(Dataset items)

Start of Block

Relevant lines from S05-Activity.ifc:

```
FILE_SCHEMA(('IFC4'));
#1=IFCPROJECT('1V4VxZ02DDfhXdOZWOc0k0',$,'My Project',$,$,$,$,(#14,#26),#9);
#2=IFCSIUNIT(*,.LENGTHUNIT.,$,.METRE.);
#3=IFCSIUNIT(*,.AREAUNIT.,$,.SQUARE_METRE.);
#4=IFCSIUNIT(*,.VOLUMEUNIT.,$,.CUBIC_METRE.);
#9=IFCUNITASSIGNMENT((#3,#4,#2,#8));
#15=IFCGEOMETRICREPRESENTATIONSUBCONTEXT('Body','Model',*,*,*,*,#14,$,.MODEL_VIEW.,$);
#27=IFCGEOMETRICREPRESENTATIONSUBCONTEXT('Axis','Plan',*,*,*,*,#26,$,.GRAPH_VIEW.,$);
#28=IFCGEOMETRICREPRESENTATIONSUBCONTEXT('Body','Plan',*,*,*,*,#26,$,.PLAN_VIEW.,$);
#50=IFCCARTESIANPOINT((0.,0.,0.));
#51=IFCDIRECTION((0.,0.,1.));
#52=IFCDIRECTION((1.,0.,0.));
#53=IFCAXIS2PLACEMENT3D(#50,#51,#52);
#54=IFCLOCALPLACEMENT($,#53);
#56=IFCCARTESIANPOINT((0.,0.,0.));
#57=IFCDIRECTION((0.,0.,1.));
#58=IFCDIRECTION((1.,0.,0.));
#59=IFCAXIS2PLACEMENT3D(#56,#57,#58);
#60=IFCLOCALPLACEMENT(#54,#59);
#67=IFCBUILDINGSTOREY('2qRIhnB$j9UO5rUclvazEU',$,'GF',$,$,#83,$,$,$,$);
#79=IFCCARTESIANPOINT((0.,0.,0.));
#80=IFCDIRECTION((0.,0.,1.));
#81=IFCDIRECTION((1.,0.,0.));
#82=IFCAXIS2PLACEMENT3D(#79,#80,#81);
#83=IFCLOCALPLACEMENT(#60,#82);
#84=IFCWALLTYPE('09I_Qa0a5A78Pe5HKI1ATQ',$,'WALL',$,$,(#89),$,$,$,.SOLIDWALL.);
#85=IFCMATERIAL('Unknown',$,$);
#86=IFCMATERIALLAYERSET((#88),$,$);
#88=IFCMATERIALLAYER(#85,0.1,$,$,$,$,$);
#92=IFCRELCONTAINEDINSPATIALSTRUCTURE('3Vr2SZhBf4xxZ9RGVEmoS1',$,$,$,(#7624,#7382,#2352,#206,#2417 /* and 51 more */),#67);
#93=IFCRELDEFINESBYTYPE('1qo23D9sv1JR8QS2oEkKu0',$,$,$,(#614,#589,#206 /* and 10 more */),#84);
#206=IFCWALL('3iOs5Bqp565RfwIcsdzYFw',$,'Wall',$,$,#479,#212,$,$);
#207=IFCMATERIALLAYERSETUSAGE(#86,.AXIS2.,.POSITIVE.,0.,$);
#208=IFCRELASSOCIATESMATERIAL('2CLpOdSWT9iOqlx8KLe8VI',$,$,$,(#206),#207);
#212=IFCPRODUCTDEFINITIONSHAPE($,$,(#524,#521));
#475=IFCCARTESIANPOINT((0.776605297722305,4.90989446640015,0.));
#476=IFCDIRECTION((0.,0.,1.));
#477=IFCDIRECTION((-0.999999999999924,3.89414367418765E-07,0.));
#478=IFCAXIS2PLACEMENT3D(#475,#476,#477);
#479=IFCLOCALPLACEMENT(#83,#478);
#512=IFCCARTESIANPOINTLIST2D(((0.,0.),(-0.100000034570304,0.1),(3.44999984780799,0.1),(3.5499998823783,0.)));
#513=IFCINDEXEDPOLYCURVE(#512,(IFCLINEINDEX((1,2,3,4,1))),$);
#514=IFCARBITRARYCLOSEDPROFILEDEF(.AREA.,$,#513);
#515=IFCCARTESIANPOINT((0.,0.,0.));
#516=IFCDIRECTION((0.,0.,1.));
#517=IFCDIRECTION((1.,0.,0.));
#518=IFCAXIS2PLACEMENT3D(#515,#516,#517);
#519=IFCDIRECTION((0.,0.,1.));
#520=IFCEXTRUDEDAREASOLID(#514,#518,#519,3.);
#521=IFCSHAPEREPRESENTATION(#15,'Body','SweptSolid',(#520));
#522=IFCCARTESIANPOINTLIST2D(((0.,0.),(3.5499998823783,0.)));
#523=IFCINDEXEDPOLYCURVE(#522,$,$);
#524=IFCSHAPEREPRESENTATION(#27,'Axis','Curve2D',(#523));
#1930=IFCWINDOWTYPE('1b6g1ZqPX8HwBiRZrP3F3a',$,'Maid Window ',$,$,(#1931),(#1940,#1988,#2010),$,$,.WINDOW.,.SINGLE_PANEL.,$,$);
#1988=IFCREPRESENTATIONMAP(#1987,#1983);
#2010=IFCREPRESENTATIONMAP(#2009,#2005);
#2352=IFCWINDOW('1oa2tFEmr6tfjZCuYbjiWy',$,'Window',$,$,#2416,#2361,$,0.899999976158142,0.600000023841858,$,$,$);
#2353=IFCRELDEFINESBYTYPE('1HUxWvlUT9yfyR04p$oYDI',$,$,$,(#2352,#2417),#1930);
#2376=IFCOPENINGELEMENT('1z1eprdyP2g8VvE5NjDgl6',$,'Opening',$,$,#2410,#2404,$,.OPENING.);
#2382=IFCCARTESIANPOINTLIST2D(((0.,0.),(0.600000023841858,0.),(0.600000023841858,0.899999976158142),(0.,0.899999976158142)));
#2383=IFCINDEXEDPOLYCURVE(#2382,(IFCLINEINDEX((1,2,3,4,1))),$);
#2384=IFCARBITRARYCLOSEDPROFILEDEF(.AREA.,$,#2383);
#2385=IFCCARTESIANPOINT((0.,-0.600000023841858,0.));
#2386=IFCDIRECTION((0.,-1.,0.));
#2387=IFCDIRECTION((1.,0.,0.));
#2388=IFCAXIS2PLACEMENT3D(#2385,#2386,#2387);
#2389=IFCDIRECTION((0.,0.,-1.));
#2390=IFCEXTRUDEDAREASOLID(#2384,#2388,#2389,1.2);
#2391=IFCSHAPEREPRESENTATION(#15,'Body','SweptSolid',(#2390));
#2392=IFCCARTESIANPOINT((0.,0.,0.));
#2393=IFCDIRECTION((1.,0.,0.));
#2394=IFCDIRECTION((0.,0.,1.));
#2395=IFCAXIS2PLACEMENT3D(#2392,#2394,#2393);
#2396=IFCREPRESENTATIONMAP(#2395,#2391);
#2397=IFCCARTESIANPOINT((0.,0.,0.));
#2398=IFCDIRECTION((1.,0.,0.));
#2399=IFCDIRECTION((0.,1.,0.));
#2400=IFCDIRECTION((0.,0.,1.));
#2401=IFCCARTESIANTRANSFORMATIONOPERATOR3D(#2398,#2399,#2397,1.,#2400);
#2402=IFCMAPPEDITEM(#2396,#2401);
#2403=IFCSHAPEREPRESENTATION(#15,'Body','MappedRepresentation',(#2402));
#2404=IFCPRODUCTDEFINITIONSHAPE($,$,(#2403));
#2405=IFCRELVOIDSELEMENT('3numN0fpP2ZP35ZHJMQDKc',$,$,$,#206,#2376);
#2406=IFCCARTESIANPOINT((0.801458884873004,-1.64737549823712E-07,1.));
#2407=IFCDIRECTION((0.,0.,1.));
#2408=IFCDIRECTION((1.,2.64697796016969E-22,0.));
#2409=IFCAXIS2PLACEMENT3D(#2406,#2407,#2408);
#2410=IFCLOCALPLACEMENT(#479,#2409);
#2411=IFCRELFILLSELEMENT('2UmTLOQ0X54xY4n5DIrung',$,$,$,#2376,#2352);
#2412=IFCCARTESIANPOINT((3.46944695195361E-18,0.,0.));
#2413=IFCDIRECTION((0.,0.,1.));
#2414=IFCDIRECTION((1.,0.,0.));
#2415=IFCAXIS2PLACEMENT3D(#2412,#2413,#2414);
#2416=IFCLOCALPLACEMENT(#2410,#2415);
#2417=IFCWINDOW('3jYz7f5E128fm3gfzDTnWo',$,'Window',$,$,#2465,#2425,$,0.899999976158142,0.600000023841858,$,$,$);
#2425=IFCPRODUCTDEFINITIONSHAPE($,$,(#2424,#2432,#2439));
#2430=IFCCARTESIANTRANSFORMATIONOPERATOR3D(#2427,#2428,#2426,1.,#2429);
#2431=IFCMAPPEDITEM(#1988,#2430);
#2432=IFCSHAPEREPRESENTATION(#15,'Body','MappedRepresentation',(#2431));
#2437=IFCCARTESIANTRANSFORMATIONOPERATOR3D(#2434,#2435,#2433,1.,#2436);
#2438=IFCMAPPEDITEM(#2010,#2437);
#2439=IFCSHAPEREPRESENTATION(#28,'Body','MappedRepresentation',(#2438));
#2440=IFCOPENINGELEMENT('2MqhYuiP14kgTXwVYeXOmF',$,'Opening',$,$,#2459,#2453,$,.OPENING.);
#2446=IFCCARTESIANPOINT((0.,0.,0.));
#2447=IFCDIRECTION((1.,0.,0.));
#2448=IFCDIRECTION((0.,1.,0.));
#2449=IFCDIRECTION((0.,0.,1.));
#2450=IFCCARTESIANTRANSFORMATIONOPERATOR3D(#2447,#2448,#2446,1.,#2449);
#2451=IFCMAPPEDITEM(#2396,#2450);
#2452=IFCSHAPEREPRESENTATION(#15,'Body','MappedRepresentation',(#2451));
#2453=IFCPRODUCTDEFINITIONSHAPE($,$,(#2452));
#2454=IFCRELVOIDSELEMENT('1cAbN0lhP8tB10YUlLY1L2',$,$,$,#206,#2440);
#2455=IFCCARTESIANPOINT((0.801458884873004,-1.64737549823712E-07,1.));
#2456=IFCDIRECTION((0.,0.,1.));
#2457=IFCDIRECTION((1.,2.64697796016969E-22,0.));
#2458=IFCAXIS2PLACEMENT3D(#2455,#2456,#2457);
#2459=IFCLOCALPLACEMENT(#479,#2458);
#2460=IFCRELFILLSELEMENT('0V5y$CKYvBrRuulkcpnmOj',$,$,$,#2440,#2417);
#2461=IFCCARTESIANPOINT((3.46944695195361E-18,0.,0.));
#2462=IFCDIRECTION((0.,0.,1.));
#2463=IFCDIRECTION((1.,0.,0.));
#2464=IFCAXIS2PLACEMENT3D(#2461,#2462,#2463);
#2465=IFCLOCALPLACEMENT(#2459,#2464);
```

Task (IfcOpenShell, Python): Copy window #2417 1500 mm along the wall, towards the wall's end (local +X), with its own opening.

```python
import ifcopenshell
import ifcopenshell.api.feature
import ifcopenshell.api.geometry
import ifcopenshell.api.root
import ifcopenshell.geom
import ifcopenshell.util.element
import ifcopenshell.util.placement
import ifcopenshell.util.shape

model = ifcopenshell.open("S05-Activity.ifc")
settings = ifcopenshell.geom.settings()


def volume(element):
    """Net volume in cubic metres, openings subtracted."""
    shape = ifcopenshell.geom.create_shape(settings, element)
    return ifcopenshell.util.shape.get_volume(shape.geometry)


window = model.by_id(2417)
opening = window.FillsVoids[0].RelatingOpeningElement
wall = opening.VoidsElements[0].RelatingBuildingElement
before = volume(wall)
shift = ifcopenshell.util.placement.get_local_placement(wall.ObjectPlacement)[:3, 0] * 1.5

# copy_class copies the void relationship, type, container and properties, but no geometry.
new_opening = ifcopenshell.api.root.copy_class(model, product=opening)
new_opening.Representation = ifcopenshell.util.element.copy_deep(
    model, opening.Representation, exclude=["IfcGeometricRepresentationContext", "IfcRepresentationMap"]
)
new_window = ifcopenshell.api.root.copy_class(model, product=window)
new_window.Representation = ifcopenshell.util.element.copy_deep(
    model, window.Representation, exclude=["IfcGeometricRepresentationContext", "IfcRepresentationMap"]
)
ifcopenshell.api.feature.add_filling(model, opening=new_opening, element=new_window)

for old, new in ((opening, new_opening), (window, new_window)):
    matrix = ifcopenshell.util.placement.get_local_placement(old.ObjectPlacement)
    matrix[:3, 3] += shift
    ifcopenshell.api.geometry.edit_object_placement(model, product=new, matrix=matrix, is_si=False)

after = volume(wall)

print(f"wall volume {before:.3f} -> {after:.3f} m3")

model.write("S05-Activity_edited.ifc")
```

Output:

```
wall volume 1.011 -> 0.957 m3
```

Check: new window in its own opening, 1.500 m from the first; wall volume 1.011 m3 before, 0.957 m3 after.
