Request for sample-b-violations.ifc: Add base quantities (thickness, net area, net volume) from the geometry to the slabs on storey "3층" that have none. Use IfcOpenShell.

First a look at what the model holds.

```python
import ifcopenshell
import ifcopenshell.util.element
import ifcopenshell.util.unit

model = ifcopenshell.open("sample-b-violations.ifc")
print(model.schema)
for unit_type in ("LENGTHUNIT", "AREAUNIT", "VOLUMEUNIT"):
    print(unit_type, ifcopenshell.util.unit.calculate_unit_scale(model, unit_type))
storey = next(s for s in model.by_type("IfcBuildingStorey") if s.Name == "3층")
slabs = [e for e in ifcopenshell.util.element.get_decomposition(storey) if e.is_a("IfcSlab")]
for e in sorted(slabs, key=lambda e: e.id()):
    print(e.id(), e.is_a(), e.Name, list(ifcopenshell.util.element.get_psets(e, qtos_only=True)), sep=" | ")
```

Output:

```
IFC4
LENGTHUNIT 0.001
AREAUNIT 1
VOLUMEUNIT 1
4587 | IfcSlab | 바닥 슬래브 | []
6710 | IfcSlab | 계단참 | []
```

```python
import ifcopenshell
import ifcopenshell.api.pset
import ifcopenshell.geom
import ifcopenshell.util.element
import ifcopenshell.util.shape
import ifcopenshell.util.unit

model = ifcopenshell.open("sample-b-violations.ifc")
unit_scale = ifcopenshell.util.unit.calculate_unit_scale(model)
area_scale = ifcopenshell.util.unit.calculate_unit_scale(model, "AREAUNIT")
volume_scale = ifcopenshell.util.unit.calculate_unit_scale(model, "VOLUMEUNIT")
settings = ifcopenshell.geom.settings()

storey = next(s for s in model.by_type("IfcBuildingStorey") if s.Name == "3층")
slabs = [e for e in ifcopenshell.util.element.get_decomposition(storey) if e.is_a("IfcSlab")]

for e in sorted(slabs, key=lambda e: e.id()):
    if ifcopenshell.util.element.get_psets(e, qtos_only=True, should_inherit=False):
        continue
    # Geometry comes back in metres, in the element's own axes.
    shape = ifcopenshell.geom.create_shape(settings, e)
    values = {
        "Width": ifcopenshell.util.shape.get_z(shape.geometry) / unit_scale,
        "NetArea": ifcopenshell.util.shape.get_footprint_area(shape.geometry) / area_scale,
        "NetVolume": ifcopenshell.util.shape.get_volume(shape.geometry) / volume_scale,
    }
    qto = ifcopenshell.api.pset.add_qto(model, product=e, name="Qto_SlabBaseQuantities")
    ifcopenshell.api.pset.edit_qto(model, qto=qto, properties=values)
    print(e.id(), {k: round(v, 3) for k, v in values.items()})

model.write("sample-b-violations_v2.ifc")
```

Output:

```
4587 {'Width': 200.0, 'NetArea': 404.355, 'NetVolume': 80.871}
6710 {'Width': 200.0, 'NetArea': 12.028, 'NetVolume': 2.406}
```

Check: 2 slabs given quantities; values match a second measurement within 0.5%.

End of Block

If a line in the records above has the word "IFCPRODUCTDEFINITIONSHAPE", copy it.

#212=IFCPRODUCTDEFINITIONSHAPE($,$,(#524,#521));
#2404=IFCPRODUCTDEFINITIONSHAPE($,$,(#2403));
#2425=IFCPRODUCTDEFINITIONSHAPE($,$,(#2424,#2432,#2439));
#2453=IFCPRODUCTDEFINITIONSHAPE($,$,(#2452));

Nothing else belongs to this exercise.